The theater hadn’t opened yet when Sarah arrived that evening, and the front doors were locked. The signs outside urged people to come and see the current product and featured a drawing of a scantily clad female fleeing from an evil-looking man with a handlebar mustache and wearing a black top hat. The names of the actors listed on the sign did not include anyone named Irene.
Sarah knew little about the theater, but she assumed the actors would enter through a rear door, since they had to be at the theater earlier than the patrons in order to prepare for the performance. She had also, in her years of attending the theater, never seen an actor entering or leaving, which meant they came and went at different times and through different doors than the audience. In fact, now that she thought about it, she’d heard about the men who waited outside the theater after a performance to meet the actresses. Weren’t they called Stage Door Billys?
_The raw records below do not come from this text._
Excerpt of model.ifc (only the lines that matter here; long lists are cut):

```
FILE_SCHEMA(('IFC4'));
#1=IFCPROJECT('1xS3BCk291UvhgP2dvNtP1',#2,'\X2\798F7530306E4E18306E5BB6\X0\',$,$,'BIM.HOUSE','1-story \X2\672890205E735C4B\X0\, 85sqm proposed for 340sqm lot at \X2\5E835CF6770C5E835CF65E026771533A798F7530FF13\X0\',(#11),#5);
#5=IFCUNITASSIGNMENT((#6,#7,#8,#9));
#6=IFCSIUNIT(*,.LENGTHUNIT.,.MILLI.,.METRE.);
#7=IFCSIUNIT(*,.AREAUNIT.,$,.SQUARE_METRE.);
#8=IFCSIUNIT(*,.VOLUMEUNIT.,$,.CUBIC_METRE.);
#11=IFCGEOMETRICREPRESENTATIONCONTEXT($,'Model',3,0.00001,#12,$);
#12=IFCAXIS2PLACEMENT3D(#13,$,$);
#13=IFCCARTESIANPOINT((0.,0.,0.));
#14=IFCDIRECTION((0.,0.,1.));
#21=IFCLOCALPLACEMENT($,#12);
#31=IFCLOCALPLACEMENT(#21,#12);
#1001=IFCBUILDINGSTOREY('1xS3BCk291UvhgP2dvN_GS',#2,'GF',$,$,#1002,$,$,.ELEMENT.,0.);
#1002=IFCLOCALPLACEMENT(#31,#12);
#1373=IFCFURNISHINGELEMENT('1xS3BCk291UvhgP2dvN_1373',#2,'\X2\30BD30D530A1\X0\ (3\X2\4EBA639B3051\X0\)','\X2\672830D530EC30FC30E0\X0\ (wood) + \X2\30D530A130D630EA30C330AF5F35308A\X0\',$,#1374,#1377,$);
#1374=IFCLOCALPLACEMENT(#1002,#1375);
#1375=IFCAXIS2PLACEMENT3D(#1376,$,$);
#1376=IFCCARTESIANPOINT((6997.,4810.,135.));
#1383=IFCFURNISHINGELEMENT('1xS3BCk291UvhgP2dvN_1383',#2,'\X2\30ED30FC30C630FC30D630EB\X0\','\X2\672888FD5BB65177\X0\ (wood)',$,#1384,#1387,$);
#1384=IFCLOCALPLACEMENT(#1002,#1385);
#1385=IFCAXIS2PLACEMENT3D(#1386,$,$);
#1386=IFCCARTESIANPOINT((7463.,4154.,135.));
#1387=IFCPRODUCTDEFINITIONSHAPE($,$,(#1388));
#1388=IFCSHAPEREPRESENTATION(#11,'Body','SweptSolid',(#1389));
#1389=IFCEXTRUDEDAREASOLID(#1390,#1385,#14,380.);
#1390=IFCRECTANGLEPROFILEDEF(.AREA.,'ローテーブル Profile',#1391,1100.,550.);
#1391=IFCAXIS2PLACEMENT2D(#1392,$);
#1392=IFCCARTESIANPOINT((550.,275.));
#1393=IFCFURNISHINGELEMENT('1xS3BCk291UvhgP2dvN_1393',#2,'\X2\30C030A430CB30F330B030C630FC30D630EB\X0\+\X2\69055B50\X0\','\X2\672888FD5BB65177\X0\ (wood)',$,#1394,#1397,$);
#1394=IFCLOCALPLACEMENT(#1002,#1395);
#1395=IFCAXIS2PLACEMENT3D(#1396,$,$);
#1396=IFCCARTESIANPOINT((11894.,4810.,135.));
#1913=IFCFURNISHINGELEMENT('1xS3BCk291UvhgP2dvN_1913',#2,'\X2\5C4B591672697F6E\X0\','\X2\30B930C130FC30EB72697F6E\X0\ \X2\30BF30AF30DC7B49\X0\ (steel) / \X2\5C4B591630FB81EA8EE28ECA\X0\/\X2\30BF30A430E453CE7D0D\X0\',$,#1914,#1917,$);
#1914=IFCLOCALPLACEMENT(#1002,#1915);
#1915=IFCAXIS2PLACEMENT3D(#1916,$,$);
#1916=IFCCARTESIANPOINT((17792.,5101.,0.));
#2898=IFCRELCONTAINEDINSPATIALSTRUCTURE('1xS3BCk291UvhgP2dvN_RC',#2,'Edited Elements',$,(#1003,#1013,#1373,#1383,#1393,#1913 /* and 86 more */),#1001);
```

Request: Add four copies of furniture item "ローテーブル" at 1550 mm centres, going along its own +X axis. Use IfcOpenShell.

```python
import ifcopenshell
import ifcopenshell.api.geometry
import ifcopenshell.api.root
import ifcopenshell.util.element
import ifcopenshell.util.placement
import ifcopenshell.util.unit

model = ifcopenshell.open("model.ifc")
unit_scale = ifcopenshell.util.unit.calculate_unit_scale(model)


def reuse_history(source, copy):
    """copy_class also copies each property set's owner history, people and application; keep the originals."""
    for rel in copy.IsDefinedBy:
        if rel.is_a("IfcRelDefinesByProperties") and (history := rel.RelatingPropertyDefinition.OwnerHistory):
            rel.RelatingPropertyDefinition.OwnerHistory = source.OwnerHistory
            ifcopenshell.util.element.remove_deep2(model, history)


source = model.by_id(1383)
base = ifcopenshell.util.placement.get_local_placement(source.ObjectPlacement)
step = base[:3, 0] * 1.55 / unit_scale

for i in range(1, 5):
    copy = ifcopenshell.api.root.copy_class(model, product=source)
    copy.Representation = ifcopenshell.util.element.copy_deep(
        model, source.Representation, exclude=["IfcGeometricRepresentationContext", "IfcRepresentationMap"]
    )
    reuse_history(source, copy)
    matrix = base.copy()
    matrix[:3, 3] += i * step
    print("added at", matrix[:3, 3].round(3) + 0.0)
    ifcopenshell.api.geometry.edit_object_placement(model, product=copy, matrix=matrix, is_si=False)

model.write("model_updated.ifc")
```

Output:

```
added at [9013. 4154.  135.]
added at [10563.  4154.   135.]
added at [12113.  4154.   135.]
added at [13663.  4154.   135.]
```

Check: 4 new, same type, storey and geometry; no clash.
No, Jimmies or Johnnies or something like that. She couldn’t remember exactly. Which meant there must be a stage door that the actors used someplace off the main street, a place where would-be Lotharios could wait.
Pleased at her deduction, Sarah walked to the side of the building until she found the alley that ran beside the theater. Just as she’d suspected, she located an unmarked and inconspicuous door on the side of the building, near the rear. It, too, was locked, but when she knocked, an elderly gentleman opened it and peered out at her suspiciously.
“Yeah?” he asked gruffly.
She tried a friendly smile. “I’m looking for Irene. Is she here yet?”
The smile didn’t seem to affect him at all. In fact, he didn’t bat an eye. “Who’re you?”
Sarah surprised herself with her cleverness. “I’m Irene’s cousin, Sarah. I live in Brooklyn, and she told me if I came to see her, she’d show me the stage and everything and let me watch her get ready for the play and—”
The old man interrupted her with a grunt and pulled the door open wide enough for her to enter. “I expect you wanna be an actress, too,” he grumbled. “Well, don’t get your hopes up, girlie. You’re a little long in the tooth to be starting out. Unless you’ve got nice ankles. They might give you a try if you’ve got nice ankles. I could check and give you my opinion,” he offered, glancing down hopefully.
Sarah glared at him, but he didn’t notice because he was looking at the floor, waiting for her to lift her skirt. “I don’t want to be an actress,” she said. “I just want to see Irene.”
He grunted again, this time in disappointment. “She’s down there,” he said, pointing vaguely toward a hallway and turning away. He’d lost interest since she wasn’t going to show him her ankles.
Not wishing to press her luck by asking for more explicit instructions, Sarah set off, figuring if she couldn’t find Irene, she’d most certainly find someone who could.